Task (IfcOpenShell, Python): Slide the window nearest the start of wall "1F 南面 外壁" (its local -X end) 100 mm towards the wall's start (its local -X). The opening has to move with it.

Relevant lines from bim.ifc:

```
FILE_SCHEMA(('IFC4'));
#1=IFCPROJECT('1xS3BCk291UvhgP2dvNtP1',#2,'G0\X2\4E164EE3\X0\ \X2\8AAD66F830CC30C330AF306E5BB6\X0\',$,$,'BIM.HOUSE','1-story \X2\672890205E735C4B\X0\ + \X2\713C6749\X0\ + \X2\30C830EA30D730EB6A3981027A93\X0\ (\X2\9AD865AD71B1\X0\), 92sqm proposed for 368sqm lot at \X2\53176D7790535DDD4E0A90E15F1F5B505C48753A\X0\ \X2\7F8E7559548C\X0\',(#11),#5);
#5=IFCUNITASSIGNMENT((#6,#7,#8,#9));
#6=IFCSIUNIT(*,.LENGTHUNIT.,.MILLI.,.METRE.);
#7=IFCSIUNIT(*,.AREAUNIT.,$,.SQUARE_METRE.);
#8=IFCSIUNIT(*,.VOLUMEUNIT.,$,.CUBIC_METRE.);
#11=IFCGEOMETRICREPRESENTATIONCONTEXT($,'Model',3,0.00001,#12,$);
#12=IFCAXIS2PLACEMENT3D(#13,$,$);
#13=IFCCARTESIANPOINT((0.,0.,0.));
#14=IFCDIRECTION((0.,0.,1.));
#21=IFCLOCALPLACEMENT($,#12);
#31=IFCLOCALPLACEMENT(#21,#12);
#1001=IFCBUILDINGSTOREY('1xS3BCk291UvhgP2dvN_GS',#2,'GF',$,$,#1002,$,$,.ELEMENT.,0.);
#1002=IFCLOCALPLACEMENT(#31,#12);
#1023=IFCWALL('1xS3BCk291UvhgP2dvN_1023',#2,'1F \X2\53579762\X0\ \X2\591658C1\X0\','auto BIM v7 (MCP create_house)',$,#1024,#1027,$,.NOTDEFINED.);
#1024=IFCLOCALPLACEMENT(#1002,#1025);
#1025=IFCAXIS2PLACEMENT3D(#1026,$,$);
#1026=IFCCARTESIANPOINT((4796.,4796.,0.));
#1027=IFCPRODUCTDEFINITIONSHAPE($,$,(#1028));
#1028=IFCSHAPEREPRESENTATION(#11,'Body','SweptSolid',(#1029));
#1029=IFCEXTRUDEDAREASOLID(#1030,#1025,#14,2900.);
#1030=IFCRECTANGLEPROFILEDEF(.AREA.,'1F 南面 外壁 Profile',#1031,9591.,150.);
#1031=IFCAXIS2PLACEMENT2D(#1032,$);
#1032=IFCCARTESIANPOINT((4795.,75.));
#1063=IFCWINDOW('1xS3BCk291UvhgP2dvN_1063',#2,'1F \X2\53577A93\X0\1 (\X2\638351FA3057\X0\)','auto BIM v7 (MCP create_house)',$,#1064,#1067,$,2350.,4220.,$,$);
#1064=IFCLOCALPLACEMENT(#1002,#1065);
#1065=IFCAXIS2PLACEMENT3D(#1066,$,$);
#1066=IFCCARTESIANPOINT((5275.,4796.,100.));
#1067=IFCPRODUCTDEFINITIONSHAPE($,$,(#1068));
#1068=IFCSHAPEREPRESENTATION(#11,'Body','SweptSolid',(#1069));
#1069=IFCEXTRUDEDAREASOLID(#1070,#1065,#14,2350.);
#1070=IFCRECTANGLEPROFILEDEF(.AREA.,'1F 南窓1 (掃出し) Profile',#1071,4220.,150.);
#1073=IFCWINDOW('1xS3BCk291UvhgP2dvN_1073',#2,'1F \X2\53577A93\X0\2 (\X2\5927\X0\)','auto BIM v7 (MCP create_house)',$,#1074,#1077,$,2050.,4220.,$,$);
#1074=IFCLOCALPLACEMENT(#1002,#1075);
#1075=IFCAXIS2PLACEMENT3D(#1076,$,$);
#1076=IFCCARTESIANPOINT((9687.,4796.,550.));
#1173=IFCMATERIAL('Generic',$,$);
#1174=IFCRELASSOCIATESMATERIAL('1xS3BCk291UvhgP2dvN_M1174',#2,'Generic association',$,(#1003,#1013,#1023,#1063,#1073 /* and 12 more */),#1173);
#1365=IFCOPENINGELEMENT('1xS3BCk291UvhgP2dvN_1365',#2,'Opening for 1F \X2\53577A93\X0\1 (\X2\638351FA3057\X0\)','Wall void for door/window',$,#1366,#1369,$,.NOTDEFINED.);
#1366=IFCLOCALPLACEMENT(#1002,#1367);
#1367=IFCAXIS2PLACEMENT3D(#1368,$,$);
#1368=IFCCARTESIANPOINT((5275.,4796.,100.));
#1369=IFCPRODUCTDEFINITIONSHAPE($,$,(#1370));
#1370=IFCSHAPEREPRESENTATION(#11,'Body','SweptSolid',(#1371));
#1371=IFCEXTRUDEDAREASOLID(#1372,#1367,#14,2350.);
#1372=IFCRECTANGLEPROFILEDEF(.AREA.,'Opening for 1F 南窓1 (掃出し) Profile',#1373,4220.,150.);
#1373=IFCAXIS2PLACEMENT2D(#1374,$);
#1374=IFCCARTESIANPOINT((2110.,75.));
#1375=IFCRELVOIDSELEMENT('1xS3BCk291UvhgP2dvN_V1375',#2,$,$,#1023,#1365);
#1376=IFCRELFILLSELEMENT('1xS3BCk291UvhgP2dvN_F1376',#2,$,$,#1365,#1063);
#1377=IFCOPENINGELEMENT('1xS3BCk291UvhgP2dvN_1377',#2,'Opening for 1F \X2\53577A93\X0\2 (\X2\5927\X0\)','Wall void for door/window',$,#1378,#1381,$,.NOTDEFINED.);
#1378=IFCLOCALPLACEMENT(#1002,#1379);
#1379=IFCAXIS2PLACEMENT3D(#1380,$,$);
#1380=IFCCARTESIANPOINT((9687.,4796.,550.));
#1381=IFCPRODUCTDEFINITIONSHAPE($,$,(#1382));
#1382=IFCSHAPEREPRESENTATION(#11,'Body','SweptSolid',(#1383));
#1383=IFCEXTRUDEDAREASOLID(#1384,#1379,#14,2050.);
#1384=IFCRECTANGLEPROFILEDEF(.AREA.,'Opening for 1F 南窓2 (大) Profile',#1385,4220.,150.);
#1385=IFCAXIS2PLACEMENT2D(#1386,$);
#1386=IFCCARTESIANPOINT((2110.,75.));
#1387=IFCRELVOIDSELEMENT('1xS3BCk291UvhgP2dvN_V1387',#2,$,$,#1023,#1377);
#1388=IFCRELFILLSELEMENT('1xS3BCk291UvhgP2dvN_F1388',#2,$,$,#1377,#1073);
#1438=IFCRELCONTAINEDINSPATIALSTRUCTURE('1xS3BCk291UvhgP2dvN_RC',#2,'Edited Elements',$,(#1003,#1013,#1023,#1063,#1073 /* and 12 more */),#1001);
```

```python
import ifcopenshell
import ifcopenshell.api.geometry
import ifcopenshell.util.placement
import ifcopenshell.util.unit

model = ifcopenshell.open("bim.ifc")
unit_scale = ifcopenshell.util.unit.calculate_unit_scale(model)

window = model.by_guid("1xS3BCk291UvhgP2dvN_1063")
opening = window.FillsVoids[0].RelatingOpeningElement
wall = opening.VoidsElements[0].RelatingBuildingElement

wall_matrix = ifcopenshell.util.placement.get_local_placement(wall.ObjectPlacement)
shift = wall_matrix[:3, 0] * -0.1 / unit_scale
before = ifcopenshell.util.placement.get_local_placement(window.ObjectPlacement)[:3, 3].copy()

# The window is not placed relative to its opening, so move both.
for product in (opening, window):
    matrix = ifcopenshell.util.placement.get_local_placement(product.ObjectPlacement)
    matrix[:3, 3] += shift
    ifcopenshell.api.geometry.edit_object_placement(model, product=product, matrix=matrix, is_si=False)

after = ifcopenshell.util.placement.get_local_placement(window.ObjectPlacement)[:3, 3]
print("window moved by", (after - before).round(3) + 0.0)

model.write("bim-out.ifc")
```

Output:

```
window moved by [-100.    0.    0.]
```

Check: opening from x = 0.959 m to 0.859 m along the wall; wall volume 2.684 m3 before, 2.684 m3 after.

- TASK PROMPT
Your answer should consist of copies of the lines above that include the string "IFCSHAPEREPRESENTATION".

- RESULT OF THE TASK
#1028=IFCSHAPEREPRESENTATION(#11,'Body','SweptSolid',(#1029));
#1068=IFCSHAPEREPRESENTATION(#11,'Body','SweptSolid',(#1069));
#1370=IFCSHAPEREPRESENTATION(#11,'Body','SweptSolid',(#1371));
#1382=IFCSHAPEREPRESENTATION(#11,'Body','SweptSolid',(#1383));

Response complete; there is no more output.